-- INPUT DATA follows --
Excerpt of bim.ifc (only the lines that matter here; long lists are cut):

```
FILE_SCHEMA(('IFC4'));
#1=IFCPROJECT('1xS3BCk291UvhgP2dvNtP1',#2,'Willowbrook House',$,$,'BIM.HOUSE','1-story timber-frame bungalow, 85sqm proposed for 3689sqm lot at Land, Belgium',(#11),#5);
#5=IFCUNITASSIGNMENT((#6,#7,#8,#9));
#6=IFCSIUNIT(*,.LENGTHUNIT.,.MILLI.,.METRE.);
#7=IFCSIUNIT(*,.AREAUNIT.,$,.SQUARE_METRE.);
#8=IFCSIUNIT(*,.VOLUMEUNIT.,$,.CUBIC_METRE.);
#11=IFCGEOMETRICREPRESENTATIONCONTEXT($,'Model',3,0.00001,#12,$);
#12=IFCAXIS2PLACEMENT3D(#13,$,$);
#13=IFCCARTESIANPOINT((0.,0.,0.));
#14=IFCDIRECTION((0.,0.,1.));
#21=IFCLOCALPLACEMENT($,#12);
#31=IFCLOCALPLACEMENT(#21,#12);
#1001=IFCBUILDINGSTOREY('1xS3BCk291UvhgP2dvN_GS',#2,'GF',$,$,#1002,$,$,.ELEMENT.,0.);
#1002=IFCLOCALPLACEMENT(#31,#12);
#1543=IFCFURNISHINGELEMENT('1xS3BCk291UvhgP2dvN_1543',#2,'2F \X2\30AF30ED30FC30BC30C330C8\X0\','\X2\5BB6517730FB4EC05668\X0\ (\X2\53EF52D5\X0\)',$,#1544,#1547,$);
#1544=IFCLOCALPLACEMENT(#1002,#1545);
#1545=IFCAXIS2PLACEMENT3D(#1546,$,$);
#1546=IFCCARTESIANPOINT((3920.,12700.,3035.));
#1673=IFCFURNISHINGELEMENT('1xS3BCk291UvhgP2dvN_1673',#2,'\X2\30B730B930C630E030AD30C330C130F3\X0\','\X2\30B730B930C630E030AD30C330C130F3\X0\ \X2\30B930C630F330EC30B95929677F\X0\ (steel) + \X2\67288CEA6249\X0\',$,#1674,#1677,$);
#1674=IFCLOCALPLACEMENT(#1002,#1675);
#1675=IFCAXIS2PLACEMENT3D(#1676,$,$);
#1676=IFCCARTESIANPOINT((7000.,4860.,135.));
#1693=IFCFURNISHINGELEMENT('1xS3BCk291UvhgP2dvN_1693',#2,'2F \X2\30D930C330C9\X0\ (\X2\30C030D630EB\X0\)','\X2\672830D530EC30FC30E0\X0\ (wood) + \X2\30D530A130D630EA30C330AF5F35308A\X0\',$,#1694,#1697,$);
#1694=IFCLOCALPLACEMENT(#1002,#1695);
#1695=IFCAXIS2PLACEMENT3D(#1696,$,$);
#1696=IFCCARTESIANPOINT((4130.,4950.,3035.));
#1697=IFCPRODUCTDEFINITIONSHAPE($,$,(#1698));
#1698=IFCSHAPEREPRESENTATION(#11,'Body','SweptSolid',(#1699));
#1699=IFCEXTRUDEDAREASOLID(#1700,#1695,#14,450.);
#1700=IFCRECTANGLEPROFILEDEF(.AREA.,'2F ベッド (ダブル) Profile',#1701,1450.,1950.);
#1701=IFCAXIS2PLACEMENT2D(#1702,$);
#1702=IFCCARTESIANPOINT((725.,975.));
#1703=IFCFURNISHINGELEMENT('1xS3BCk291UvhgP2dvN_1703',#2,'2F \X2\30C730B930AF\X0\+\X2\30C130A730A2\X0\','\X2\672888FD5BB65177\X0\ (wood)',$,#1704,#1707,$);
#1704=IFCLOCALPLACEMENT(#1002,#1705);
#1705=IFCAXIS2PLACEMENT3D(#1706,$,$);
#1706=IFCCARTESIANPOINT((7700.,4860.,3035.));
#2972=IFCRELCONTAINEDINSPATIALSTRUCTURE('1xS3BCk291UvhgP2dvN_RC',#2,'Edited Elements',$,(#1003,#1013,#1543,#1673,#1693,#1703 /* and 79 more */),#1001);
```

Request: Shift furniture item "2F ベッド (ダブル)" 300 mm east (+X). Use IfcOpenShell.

```python
import ifcopenshell
import ifcopenshell.api.geometry
import ifcopenshell.util.placement
import ifcopenshell.util.unit

model = ifcopenshell.open("bim.ifc")
unit_scale = ifcopenshell.util.unit.calculate_unit_scale(model)

item = model.by_guid("1xS3BCk291UvhgP2dvN_1693")
matrix = ifcopenshell.util.placement.get_local_placement(item.ObjectPlacement)
matrix[0, 3] += 0.3 / unit_scale
ifcopenshell.api.geometry.edit_object_placement(model, product=item, matrix=matrix, is_si=False)

print(ifcopenshell.util.placement.get_local_placement(item.ObjectPlacement).round(3) + 0.0)

model.write("bim_v2.ifc")
```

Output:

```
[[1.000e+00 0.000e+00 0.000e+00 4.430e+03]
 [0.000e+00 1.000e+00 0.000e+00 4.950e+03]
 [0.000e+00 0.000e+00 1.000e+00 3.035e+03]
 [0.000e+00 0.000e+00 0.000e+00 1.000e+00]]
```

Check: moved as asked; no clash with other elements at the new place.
-- INPUT DATA concluded --
EXERCISE BRIEF.
Repeat the material above exactly, including every line.

RESULT BELOW.
Excerpt of bim.ifc (only the lines that matter here; long lists are cut):

```
FILE_SCHEMA(('IFC4'));
#1=IFCPROJECT('1xS3BCk291UvhgP2dvNtP1',#2,'Willowbrook House',$,$,'BIM.HOUSE','1-story timber-frame bungalow, 85sqm proposed for 3689sqm lot at Land, Belgium',(#11),#5);
#5=IFCUNITASSIGNMENT((#6,#7,#8,#9));
#6=IFCSIUNIT(*,.LENGTHUNIT.,.MILLI.,.METRE.);
#7=IFCSIUNIT(*,.AREAUNIT.,$,.SQUARE_METRE.);
#8=IFCSIUNIT(*,.VOLUMEUNIT.,$,.CUBIC_METRE.);
#11=IFCGEOMETRICREPRESENTATIONCONTEXT($,'Model',3,0.00001,#12,$);
#12=IFCAXIS2PLACEMENT3D(#13,$,$);
#13=IFCCARTESIANPOINT((0.,0.,0.));
#14=IFCDIRECTION((0.,0.,1.));
#21=IFCLOCALPLACEMENT($,#12);
#31=IFCLOCALPLACEMENT(#21,#12);
#1001=IFCBUILDINGSTOREY('1xS3BCk291UvhgP2dvN_GS',#2,'GF',$,$,#1002,$,$,.ELEMENT.,0.);
#1002=IFCLOCALPLACEMENT(#31,#12);
#1543=IFCFURNISHINGELEMENT('1xS3BCk291UvhgP2dvN_1543',#2,'2F \X2\30AF30ED30FC30BC30C330C8\X0\','\X2\5BB6517730FB4EC05668\X0\ (\X2\53EF52D5\X0\)',$,#1544,#1547,$);
#1544=IFCLOCALPLACEMENT(#1002,#1545);
#1545=IFCAXIS2PLACEMENT3D(#1546,$,$);
#1546=IFCCARTESIANPOINT((3920.,12700.,3035.));
#1673=IFCFURNISHINGELEMENT('1xS3BCk291UvhgP2dvN_1673',#2,'\X2\30B730B930C630E030AD30C330C130F3\X0\','\X2\30B730B930C630E030AD30C330C130F3\X0\ \X2\30B930C630F330EC30B95929677F\X0\ (steel) + \X2\67288CEA6249\X0\',$,#1674,#1677,$);
#1674=IFCLOCALPLACEMENT(#1002,#1675);
#1675=IFCAXIS2PLACEMENT3D(#1676,$,$);
#1676=IFCCARTESIANPOINT((7000.,4860.,135.));
#1693=IFCFURNISHINGELEMENT('1xS3BCk291UvhgP2dvN_1693',#2,'2F \X2\30D930C330C9\X0\ (\X2\30C030D630EB\X0\)','\X2\672830D530EC30FC30E0\X0\ (wood) + \X2\30D530A130D630EA30C330AF5F35308A\X0\',$,#1694,#1697,$);
#1694=IFCLOCALPLACEMENT(#1002,#1695);
#1695=IFCAXIS2PLACEMENT3D(#1696,$,$);
#1696=IFCCARTESIANPOINT((4130.,4950.,3035.));
#1697=IFCPRODUCTDEFINITIONSHAPE($,$,(#1698));
#1698=IFCSHAPEREPRESENTATION(#11,'Body','SweptSolid',(#1699));
#1699=IFCEXTRUDEDAREASOLID(#1700,#1695,#14,450.);
#1700=IFCRECTANGLEPROFILEDEF(.AREA.,'2F ベッド (ダブル) Profile',#1701,1450.,1950.);
#1701=IFCAXIS2PLACEMENT2D(#1702,$);
#1702=IFCCARTESIANPOINT((725.,975.));
#1703=IFCFURNISHINGELEMENT('1xS3BCk291UvhgP2dvN_1703',#2,'2F \X2\30C730B930AF\X0\+\X2\30C130A730A2\X0\','\X2\672888FD5BB65177\X0\ (wood)',$,#1704,#1707,$);
#1704=IFCLOCALPLACEMENT(#1002,#1705);
#1705=IFCAXIS2PLACEMENT3D(#1706,$,$);
#1706=IFCCARTESIANPOINT((7700.,4860.,3035.));
#2972=IFCRELCONTAINEDINSPATIALSTRUCTURE('1xS3BCk291UvhgP2dvN_RC',#2,'Edited Elements',$,(#1003,#1013,#1543,#1673,#1693,#1703 /* and 79 more */),#1001);
```

Request: Shift furniture item "2F ベッド (ダブル)" 300 mm east (+X). Use IfcOpenShell.

```python
import ifcopenshell
import ifcopenshell.api.geometry
import ifcopenshell.util.placement
import ifcopenshell.util.unit

model = ifcopenshell.open("bim.ifc")
unit_scale = ifcopenshell.util.unit.calculate_unit_scale(model)

item = model.by_guid("1xS3BCk291UvhgP2dvN_1693")
matrix = ifcopenshell.util.placement.get_local_placement(item.ObjectPlacement)
matrix[0, 3] += 0.3 / unit_scale
ifcopenshell.api.geometry.edit_object_placement(model, product=item, matrix=matrix, is_si=False)

print(ifcopenshell.util.placement.get_local_placement(item.ObjectPlacement).round(3) + 0.0)

model.write("bim_v2.ifc")
```

Output:

```
[[1.000e+00 0.000e+00 0.000e+00 4.430e+03]
 [0.000e+00 1.000e+00 0.000e+00 4.950e+03]
 [0.000e+00 0.000e+00 1.000e+00 3.035e+03]
 [0.000e+00 0.000e+00 0.000e+00 1.000e+00]]
```

Check: moved as asked; no clash with other elements at the new place.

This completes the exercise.